[Material for this task Boundary: Start]

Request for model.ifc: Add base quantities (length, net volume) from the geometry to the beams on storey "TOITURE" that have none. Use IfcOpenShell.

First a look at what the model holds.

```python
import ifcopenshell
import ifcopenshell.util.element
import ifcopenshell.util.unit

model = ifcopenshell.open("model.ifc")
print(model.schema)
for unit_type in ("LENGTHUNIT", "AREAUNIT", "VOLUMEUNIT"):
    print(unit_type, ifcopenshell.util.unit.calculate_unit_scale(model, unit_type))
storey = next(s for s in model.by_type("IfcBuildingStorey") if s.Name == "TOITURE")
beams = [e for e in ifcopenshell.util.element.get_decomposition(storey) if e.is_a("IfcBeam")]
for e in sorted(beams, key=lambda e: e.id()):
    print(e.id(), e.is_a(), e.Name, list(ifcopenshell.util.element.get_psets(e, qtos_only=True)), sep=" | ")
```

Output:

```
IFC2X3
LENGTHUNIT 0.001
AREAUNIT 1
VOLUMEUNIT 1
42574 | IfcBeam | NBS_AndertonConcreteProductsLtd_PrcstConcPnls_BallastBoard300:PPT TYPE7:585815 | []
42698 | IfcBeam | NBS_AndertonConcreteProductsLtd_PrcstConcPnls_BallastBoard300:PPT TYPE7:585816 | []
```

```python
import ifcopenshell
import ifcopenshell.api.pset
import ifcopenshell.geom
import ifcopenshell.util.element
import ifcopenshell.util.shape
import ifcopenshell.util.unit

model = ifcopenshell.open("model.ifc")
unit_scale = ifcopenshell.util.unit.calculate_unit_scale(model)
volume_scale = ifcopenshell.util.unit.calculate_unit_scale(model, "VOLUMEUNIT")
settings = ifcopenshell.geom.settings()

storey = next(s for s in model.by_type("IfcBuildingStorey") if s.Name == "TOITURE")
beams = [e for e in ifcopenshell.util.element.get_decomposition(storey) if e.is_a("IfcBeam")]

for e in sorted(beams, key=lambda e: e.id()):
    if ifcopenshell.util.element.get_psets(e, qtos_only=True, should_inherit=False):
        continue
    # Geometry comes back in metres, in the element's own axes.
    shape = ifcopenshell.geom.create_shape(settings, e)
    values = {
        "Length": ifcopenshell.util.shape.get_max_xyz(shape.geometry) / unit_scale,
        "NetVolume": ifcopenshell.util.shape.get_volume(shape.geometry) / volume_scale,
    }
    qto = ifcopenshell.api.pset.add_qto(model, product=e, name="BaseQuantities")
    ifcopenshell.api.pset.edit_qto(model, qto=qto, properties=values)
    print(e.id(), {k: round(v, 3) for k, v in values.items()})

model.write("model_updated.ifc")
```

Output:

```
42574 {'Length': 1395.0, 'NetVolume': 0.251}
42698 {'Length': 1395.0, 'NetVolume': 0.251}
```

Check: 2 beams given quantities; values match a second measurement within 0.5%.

[Material for this task Boundary: End]
[Material for this task Boundary: Start]

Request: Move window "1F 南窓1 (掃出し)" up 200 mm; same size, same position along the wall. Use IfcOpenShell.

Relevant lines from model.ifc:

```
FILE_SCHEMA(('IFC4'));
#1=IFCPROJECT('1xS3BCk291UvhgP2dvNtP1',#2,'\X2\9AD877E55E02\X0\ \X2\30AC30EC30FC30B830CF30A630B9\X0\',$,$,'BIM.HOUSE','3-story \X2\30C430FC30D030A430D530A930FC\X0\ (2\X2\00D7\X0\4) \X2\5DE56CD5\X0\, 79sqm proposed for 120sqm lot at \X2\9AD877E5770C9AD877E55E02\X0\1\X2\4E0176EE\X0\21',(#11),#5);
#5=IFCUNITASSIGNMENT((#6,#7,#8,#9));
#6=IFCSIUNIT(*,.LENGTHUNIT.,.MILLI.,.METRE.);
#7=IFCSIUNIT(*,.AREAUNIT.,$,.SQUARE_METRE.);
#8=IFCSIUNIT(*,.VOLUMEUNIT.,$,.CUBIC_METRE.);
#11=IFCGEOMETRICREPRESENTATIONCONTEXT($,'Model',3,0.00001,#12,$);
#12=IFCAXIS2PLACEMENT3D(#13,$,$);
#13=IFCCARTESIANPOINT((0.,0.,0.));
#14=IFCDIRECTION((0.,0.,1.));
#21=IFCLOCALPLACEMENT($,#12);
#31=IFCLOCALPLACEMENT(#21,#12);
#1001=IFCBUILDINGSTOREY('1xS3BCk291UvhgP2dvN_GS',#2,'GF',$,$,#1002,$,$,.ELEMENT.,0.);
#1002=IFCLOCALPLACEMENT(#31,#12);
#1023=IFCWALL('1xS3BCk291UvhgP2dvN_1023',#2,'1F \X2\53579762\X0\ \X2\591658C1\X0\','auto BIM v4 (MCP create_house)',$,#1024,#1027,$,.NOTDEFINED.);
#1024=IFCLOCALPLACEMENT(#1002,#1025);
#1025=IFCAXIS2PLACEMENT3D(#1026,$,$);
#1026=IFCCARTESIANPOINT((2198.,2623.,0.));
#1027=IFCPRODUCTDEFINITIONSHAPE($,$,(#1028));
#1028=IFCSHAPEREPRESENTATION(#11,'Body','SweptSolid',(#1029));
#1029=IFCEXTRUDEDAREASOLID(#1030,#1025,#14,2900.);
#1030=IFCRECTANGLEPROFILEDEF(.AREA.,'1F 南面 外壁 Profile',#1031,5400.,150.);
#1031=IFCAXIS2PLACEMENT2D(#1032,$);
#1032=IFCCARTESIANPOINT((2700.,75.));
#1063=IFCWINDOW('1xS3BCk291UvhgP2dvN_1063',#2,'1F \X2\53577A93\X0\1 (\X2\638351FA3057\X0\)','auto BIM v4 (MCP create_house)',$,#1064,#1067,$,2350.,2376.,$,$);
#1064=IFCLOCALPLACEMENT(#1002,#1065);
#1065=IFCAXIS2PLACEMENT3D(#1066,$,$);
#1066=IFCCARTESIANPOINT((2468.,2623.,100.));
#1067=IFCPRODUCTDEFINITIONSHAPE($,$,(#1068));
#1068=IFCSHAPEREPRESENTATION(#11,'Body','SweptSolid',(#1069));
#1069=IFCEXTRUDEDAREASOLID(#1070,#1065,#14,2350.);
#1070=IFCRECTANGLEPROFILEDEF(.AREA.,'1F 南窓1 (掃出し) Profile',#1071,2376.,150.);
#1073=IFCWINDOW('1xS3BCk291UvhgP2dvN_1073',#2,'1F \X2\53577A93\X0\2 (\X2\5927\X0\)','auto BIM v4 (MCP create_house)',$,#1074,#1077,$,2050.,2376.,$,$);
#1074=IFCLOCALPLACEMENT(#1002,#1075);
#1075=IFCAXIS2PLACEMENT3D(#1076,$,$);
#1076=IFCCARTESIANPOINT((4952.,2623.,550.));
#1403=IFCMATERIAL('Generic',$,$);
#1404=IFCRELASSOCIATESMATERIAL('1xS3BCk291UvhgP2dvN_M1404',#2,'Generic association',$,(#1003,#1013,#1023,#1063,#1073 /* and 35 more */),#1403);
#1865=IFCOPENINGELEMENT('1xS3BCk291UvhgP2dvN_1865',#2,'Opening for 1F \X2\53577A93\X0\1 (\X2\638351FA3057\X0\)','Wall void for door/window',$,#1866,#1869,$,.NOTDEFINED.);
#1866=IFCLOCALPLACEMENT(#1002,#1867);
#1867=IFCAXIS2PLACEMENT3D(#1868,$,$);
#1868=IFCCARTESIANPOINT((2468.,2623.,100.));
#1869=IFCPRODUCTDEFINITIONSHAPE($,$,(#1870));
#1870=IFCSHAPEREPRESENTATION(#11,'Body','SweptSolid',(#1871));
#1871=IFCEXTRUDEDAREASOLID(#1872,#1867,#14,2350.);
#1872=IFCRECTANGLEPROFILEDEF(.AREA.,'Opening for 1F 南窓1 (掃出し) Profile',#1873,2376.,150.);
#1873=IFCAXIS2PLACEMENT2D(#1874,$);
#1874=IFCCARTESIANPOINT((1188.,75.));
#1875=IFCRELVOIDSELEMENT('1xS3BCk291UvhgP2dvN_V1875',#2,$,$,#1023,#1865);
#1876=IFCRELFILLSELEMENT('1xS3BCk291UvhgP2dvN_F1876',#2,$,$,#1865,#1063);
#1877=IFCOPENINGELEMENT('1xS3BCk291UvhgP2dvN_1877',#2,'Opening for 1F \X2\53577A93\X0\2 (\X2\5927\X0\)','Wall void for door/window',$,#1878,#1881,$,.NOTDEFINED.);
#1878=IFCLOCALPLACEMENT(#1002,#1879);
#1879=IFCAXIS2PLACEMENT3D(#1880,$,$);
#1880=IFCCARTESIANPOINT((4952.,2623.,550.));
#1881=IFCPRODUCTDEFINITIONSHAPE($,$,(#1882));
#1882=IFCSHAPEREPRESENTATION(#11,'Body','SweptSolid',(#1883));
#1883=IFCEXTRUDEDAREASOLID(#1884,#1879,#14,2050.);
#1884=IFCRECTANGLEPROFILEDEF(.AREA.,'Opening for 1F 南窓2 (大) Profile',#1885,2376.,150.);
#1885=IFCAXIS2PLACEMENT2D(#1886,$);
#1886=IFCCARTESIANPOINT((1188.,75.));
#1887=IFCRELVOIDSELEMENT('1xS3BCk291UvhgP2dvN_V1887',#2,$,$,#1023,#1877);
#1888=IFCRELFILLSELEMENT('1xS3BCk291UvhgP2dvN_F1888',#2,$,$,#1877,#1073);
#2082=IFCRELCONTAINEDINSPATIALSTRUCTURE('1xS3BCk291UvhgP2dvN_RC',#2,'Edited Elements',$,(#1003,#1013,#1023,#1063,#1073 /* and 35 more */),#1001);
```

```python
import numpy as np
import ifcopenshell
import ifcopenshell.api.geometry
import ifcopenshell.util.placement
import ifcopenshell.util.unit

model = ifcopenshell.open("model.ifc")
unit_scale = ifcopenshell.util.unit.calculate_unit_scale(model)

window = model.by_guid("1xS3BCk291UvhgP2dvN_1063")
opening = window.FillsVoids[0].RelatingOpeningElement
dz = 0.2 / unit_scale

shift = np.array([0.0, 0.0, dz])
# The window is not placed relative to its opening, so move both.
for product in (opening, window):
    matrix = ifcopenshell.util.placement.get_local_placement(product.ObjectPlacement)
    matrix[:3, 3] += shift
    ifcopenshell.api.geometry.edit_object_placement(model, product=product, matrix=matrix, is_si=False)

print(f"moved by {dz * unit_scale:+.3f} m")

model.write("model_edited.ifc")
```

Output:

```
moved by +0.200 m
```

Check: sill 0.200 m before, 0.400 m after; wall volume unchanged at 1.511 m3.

[Material for this task Boundary: End]

## Aim of the task
The lines to copy are those above that contain the string "Body".

## Response to this exercise
#1028=IFCSHAPEREPRESENTATION(#11,'Body','SweptSolid',(#1029));
#1068=IFCSHAPEREPRESENTATION(#11,'Body','SweptSolid',(#1069));
#1870=IFCSHAPEREPRESENTATION(#11,'Body','SweptSolid',(#1871));
#1882=IFCSHAPEREPRESENTATION(#11,'Body','SweptSolid',(#1883));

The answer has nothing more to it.